Task to complete: Repeat the stretch of entries below from the line with "#29=IFCCARTESIANPOINT((7639.,8238.,135.));" through the line with "#48=IFCINDEXEDPOLYGONALFACE((1,5,6,2));". Include both ends and add nothing.

Given data:
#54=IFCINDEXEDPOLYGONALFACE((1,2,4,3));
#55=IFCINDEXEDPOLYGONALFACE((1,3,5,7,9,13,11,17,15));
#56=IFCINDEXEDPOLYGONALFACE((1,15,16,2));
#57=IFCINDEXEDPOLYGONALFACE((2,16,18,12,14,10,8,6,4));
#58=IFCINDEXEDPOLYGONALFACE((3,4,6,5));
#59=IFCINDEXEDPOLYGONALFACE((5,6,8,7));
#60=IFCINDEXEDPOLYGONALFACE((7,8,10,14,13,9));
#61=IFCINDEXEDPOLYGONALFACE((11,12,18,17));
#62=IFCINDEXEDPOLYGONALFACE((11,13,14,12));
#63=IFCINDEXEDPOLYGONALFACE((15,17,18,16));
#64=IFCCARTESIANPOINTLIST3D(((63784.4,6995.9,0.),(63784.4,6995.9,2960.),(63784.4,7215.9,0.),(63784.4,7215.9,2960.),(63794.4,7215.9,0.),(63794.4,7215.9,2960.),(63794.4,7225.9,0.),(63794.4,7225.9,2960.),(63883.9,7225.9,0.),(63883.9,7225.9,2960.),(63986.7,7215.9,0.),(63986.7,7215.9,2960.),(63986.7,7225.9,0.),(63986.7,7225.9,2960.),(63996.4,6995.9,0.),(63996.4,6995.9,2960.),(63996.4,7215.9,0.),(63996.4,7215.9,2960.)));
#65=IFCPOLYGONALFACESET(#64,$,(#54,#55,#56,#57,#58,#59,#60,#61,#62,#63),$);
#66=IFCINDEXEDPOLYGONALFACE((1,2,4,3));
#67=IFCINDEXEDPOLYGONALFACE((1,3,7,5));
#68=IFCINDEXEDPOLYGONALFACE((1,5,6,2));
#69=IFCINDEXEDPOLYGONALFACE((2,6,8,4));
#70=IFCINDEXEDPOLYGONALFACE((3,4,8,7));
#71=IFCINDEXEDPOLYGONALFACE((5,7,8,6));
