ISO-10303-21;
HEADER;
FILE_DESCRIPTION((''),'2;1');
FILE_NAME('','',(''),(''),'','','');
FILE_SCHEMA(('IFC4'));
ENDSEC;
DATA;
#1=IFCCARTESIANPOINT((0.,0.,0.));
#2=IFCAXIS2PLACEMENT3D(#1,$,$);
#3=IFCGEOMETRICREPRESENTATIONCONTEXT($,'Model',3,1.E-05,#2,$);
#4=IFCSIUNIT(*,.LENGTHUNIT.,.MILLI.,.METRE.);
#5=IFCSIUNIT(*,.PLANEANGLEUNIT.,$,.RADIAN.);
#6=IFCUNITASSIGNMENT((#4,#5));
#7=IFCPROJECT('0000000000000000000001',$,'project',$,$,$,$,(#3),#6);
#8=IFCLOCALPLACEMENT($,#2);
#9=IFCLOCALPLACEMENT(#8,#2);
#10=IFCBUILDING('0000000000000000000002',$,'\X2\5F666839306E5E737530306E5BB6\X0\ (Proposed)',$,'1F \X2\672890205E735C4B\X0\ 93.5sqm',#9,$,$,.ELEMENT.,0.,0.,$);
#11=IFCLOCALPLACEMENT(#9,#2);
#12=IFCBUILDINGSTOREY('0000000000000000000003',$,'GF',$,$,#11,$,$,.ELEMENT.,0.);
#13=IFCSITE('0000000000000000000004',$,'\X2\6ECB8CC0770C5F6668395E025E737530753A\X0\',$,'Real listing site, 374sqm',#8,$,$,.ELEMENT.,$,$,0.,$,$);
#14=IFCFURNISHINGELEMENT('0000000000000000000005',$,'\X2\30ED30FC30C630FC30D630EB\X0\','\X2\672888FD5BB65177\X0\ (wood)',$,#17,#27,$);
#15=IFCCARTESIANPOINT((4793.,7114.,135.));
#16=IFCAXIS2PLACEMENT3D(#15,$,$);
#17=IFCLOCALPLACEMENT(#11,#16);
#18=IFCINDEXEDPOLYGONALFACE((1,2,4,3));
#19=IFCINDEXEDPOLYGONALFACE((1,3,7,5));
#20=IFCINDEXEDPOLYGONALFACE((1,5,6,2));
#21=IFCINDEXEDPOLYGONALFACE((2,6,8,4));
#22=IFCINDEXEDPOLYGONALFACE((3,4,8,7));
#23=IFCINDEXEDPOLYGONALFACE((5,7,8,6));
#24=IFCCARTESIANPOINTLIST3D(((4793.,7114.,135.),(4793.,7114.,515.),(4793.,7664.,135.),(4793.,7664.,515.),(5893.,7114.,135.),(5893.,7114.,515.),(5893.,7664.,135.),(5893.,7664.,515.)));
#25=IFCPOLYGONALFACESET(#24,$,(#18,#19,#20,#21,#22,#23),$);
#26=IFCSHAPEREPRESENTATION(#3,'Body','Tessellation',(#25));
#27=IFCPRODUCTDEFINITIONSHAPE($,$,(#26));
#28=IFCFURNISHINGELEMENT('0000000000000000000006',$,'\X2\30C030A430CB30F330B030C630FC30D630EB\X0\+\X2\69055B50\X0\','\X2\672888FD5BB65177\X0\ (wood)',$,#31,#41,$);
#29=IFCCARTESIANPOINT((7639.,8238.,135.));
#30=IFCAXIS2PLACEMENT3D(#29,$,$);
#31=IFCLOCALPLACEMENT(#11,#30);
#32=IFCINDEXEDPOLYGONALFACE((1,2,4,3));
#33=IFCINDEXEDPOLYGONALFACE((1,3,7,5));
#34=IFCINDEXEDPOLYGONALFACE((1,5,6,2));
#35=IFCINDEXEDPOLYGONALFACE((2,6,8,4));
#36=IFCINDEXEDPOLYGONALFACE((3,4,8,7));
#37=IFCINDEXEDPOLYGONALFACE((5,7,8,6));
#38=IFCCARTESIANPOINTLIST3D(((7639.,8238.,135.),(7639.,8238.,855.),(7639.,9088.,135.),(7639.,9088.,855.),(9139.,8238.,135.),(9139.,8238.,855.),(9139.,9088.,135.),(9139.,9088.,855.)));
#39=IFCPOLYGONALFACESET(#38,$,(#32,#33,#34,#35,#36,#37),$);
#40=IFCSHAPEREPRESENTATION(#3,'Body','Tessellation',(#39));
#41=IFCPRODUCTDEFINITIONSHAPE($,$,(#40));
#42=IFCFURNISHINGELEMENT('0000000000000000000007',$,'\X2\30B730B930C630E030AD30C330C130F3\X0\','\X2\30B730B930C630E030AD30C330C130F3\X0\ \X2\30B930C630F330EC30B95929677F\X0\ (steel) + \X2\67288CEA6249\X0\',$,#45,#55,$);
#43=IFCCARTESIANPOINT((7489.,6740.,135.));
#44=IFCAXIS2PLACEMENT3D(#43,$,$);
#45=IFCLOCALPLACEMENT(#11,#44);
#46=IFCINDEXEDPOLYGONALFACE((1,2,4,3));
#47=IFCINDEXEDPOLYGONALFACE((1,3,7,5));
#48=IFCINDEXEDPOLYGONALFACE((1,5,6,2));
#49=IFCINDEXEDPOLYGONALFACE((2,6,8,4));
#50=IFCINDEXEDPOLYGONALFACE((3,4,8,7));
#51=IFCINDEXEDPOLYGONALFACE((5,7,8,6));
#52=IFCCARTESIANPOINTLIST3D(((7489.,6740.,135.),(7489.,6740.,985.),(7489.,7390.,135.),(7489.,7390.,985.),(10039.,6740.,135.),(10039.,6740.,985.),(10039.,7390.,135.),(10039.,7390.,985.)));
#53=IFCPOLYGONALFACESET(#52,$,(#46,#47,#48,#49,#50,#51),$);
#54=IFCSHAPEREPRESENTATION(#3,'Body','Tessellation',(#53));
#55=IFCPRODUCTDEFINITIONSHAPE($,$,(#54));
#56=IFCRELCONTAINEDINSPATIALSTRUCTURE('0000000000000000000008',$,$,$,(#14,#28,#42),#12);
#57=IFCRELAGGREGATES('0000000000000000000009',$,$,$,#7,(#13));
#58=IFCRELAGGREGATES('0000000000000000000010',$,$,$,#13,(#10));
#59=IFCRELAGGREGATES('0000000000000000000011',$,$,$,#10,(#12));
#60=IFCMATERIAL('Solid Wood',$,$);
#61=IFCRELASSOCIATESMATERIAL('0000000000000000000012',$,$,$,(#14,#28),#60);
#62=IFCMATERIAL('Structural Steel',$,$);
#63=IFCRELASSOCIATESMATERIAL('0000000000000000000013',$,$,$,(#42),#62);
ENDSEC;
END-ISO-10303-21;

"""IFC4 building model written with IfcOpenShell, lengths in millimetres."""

from ifc_helpers import new_model, si_unit, frame, frame_2d, origin, place, context, project, spatial, rectangle, extrude, material, element, save


model = new_model("IFC4")

# Units and contexts
model_context = context("Model", 3, precision=1e-05, world=origin())
ifc_project = project(units=[si_unit("LENGTHUNIT", "METRE", prefix="MILLI"), si_unit("PLANEANGLEUNIT", "RADIAN")], contexts=[model_context])

# Site, building, storey
site_placement = place(None, origin())
site = spatial("IfcSite", under=ifc_project, at=site_placement, Name="滋賀県彦根市平田町", ObjectType="Real listing site, 374sqm", CompositionType="ELEMENT", RefElevation=0.0)
building_placement = place(site_placement, origin())
building = spatial("IfcBuilding", under=site, at=building_placement, Name="彦根の平田の家 (Proposed)", ObjectType="1F 木造平屋 93.5sqm", CompositionType="ELEMENT", ElevationOfRefHeight=0.0, ElevationOfTerrain=0.0)
storey_placement = place(building_placement, origin())
storey = spatial("IfcBuildingStorey", under=building, at=storey_placement, Name="GF", CompositionType="ELEMENT", Elevation=0.0)

# Shared definitions
ifc_material_1 = material(Name="Solid Wood")

# Shared definitions
ifc_material_2 = material(Name="Structural Steel")

# Furnishing elements
furnishing_1_placement = place(storey_placement, frame((4793.0, 7114.0, 135.0)))
element("IfcFurnishingElement", 1, at=furnishing_1_placement, inside=storey, material=ifc_material_1, Name="ローテーブル", Description="木製家具 (wood)", context=model_context, shape_type="SweptSolid", body=[
    extrude(rectangle(XDim=1100.0, YDim=550.0, at=frame_2d((550.0, 275.0))), frame((4793.0, 7114.0, 135.0)), (0.0, 0.0, 1.0), 380.0),
])
furnishing_2_placement = place(storey_placement, frame((7639.0, 8238.0, 135.0)))
element("IfcFurnishingElement", 2, at=furnishing_2_placement, inside=storey, material=ifc_material_1, Name="ダイニングテーブル+椅子", Description="木製家具 (wood)", context=model_context, shape_type="SweptSolid", body=[
    extrude(rectangle(XDim=1500.0, YDim=850.0, at=frame_2d((750.0, 425.0))), frame((7639.0, 8238.0, 135.0)), (0.0, 0.0, 1.0), 720.0),
])
furnishing_3_placement = place(storey_placement, frame((7489.0, 6740.0, 135.0)))
element("IfcFurnishingElement", 3, at=furnishing_3_placement, inside=storey, material=ifc_material_2, Name="システムキッチン", Description="システムキッチン ステンレス天板 (steel) + 木質扉", context=model_context, shape_type="SweptSolid", body=[
    extrude(rectangle(XDim=2550.0, YDim=650.0, at=frame_2d((1275.0, 325.0))), frame((7489.0, 6740.0, 135.0)), (0.0, 0.0, 1.0), 850.0),
])

save(model, "model.ifc")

Task solution:
#29=IFCCARTESIANPOINT((7639.,8238.,135.));
#30=IFCAXIS2PLACEMENT3D(#29,$,$);
#31=IFCLOCALPLACEMENT(#11,#30);
#32=IFCINDEXEDPOLYGONALFACE((1,2,4,3));
#33=IFCINDEXEDPOLYGONALFACE((1,3,7,5));
#34=IFCINDEXEDPOLYGONALFACE((1,5,6,2));
#35=IFCINDEXEDPOLYGONALFACE((2,6,8,4));
#36=IFCINDEXEDPOLYGONALFACE((3,4,8,7));
#37=IFCINDEXEDPOLYGONALFACE((5,7,8,6));
#38=IFCCARTESIANPOINTLIST3D(((7639.,8238.,135.),(7639.,8238.,855.),(7639.,9088.,135.),(7639.,9088.,855.),(9139.,8238.,135.),(9139.,8238.,855.),(9139.,9088.,135.),(9139.,9088.,855.)));
#39=IFCPOLYGONALFACESET(#38,$,(#32,#33,#34,#35,#36,#37),$);
#40=IFCSHAPEREPRESENTATION(#3,'Body','Tessellation',(#39));
#41=IFCPRODUCTDEFINITIONSHAPE($,$,(#40));
#42=IFCFURNISHINGELEMENT('0000000000000000000007',$,'\X2\30B730B930C630E030AD30C330C130F3\X0\','\X2\30B730B930C630E030AD30C330C130F3\X0\ \X2\30B930C630F330EC30B95929677F\X0\ (steel) + \X2\67288CEA6249\X0\',$,#45,#55,$);
#43=IFCCARTESIANPOINT((7489.,6740.,135.));
#44=IFCAXIS2PLACEMENT3D(#43,$,$);
#45=IFCLOCALPLACEMENT(#11,#44);
#46=IFCINDEXEDPOLYGONALFACE((1,2,4,3));
#47=IFCINDEXEDPOLYGONALFACE((1,3,7,5));
#48=IFCINDEXEDPOLYGONALFACE((1,5,6,2));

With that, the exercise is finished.